● Source data:
::::
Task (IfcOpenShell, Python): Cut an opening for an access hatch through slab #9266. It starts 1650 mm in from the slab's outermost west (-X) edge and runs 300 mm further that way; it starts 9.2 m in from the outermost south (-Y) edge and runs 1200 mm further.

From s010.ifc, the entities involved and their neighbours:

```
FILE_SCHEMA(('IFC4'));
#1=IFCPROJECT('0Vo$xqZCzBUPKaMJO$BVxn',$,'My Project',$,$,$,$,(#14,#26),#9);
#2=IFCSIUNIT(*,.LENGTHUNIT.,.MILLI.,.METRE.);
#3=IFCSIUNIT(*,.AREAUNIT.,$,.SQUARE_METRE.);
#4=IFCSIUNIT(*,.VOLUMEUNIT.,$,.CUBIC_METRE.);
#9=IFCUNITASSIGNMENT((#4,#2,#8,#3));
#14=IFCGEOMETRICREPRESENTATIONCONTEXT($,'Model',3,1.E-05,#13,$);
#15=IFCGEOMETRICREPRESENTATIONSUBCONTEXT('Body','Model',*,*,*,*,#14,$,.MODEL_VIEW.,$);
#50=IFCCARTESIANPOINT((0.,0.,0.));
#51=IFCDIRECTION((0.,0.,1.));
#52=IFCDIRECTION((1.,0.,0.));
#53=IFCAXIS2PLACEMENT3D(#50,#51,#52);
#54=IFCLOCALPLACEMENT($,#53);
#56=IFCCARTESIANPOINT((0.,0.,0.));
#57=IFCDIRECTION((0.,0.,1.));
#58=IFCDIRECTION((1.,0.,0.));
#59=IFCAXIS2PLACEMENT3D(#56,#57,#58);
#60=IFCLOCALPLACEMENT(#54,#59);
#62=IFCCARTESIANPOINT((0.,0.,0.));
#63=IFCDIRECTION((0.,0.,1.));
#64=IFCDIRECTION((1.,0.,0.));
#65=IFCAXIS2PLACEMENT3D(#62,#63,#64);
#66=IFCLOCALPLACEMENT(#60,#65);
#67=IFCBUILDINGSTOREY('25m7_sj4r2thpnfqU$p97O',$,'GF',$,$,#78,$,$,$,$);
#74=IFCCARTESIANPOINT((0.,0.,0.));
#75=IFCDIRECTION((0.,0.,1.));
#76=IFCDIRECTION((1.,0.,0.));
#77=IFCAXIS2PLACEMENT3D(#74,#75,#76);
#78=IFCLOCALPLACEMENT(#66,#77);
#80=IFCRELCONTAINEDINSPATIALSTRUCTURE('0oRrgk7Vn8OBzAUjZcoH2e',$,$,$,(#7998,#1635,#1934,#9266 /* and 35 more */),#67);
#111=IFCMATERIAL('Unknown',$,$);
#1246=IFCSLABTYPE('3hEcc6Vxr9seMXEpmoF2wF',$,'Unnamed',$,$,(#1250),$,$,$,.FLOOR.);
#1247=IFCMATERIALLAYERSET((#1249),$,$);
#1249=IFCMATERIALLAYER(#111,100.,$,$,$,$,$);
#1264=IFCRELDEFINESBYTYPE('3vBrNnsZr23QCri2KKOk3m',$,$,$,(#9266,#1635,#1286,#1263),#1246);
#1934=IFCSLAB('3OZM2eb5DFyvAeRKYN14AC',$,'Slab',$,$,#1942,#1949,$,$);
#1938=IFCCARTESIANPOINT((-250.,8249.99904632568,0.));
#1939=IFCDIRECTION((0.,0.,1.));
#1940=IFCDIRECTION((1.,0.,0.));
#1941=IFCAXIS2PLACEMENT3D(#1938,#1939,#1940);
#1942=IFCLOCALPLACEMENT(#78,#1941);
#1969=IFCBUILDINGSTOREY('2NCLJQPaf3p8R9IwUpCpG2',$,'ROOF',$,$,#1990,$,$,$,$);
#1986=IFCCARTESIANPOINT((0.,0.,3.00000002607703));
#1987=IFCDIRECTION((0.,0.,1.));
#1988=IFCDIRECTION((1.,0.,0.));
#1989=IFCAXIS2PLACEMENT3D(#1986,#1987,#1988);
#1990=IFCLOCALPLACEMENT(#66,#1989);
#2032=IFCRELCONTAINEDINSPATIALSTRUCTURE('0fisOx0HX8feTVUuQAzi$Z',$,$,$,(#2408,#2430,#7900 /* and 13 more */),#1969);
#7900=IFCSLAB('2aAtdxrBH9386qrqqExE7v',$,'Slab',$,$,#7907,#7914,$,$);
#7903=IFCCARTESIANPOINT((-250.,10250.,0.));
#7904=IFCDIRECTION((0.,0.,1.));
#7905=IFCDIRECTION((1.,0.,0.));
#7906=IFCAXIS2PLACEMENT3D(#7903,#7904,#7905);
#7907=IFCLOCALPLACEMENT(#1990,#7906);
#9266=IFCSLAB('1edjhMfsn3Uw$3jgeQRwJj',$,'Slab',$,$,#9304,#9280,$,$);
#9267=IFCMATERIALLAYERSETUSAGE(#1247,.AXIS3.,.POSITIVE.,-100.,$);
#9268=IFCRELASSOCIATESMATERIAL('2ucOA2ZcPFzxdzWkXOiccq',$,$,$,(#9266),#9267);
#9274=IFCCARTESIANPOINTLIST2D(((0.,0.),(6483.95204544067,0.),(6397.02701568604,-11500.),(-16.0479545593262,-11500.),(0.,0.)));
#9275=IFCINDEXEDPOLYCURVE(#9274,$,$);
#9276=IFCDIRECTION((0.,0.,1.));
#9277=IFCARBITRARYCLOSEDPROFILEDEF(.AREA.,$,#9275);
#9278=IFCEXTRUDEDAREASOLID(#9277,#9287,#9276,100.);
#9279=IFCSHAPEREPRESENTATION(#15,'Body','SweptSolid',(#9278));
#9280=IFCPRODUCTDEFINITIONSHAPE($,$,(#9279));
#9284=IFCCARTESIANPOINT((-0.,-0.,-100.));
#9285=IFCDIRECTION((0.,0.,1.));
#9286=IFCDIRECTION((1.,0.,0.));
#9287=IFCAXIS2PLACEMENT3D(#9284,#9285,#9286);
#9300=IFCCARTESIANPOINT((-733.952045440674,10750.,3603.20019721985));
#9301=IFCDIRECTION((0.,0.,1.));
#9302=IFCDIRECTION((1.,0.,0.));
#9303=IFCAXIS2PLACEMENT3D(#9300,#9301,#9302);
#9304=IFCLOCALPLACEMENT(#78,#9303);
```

```python
import numpy as np
import ifcopenshell
import ifcopenshell.api.feature
import ifcopenshell.api.geometry
import ifcopenshell.api.root
import ifcopenshell.geom
import ifcopenshell.util.placement
import ifcopenshell.util.representation
import ifcopenshell.util.shape
import ifcopenshell.util.unit

model = ifcopenshell.open("s010.ifc")
unit_scale = ifcopenshell.util.unit.calculate_unit_scale(model)
settings = ifcopenshell.geom.settings()


def volume(element):
    """Net volume in cubic metres, openings subtracted."""
    shape = ifcopenshell.geom.create_shape(settings, element)
    return ifcopenshell.util.shape.get_volume(shape.geometry)


slab = model.by_id(9266)
before = volume(slab)

# Extent in the slab's own axes, in metres. The edges named are its -X and -Y sides.
slab_shape = ifcopenshell.geom.create_shape(settings, slab)
vertices = ifcopenshell.util.shape.get_vertices(slab_shape.geometry)
x_min, y_min, bottom = vertices.min(axis=0)
top = vertices[:, 2].max()

opening = ifcopenshell.api.root.create_entity(model, ifc_class="IfcOpeningElement", name="Access hatch opening", predefined_type="OPENING")
context = ifcopenshell.util.representation.get_context(model, "Model", "Body", "MODEL_VIEW")
width, depth = 0.3, 1.2
outline = [(0.0, 0.0), (width, 0.0), (width, depth), (0.0, depth), (0.0, 0.0)]
# Overshoot both faces by 50 mm so the cut is clean.
shape = ifcopenshell.api.geometry.add_slab_representation(
    model, context=context, depth=top - bottom + 0.1, polyline=outline
)
ifcopenshell.api.geometry.assign_representation(model, product=opening, representation=shape)

matrix = ifcopenshell.util.placement.get_local_placement(slab.ObjectPlacement)
matrix[:, 3] = matrix @ np.append(np.array([x_min + 1.65, y_min + 9.2, bottom - 0.05]) / unit_scale, 1.0)
ifcopenshell.api.geometry.edit_object_placement(model, product=opening, matrix=matrix, is_si=False)
ifcopenshell.api.feature.add_feature(model, feature=opening, element=slab)

after = volume(slab)

print(f"slab volume {before:.3f} -> {after:.3f} m3")

model.write("s010-out.ifc")
```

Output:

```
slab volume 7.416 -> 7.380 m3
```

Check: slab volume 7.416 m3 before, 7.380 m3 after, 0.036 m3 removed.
::::
● Task:
What lines of the listing contain the word "IFCSIUNIT"? Copy them all.

● Answer section:
#2=IFCSIUNIT(*,.LENGTHUNIT.,.MILLI.,.METRE.);
#3=IFCSIUNIT(*,.AREAUNIT.,$,.SQUARE_METRE.);
#4=IFCSIUNIT(*,.VOLUMEUNIT.,$,.CUBIC_METRE.);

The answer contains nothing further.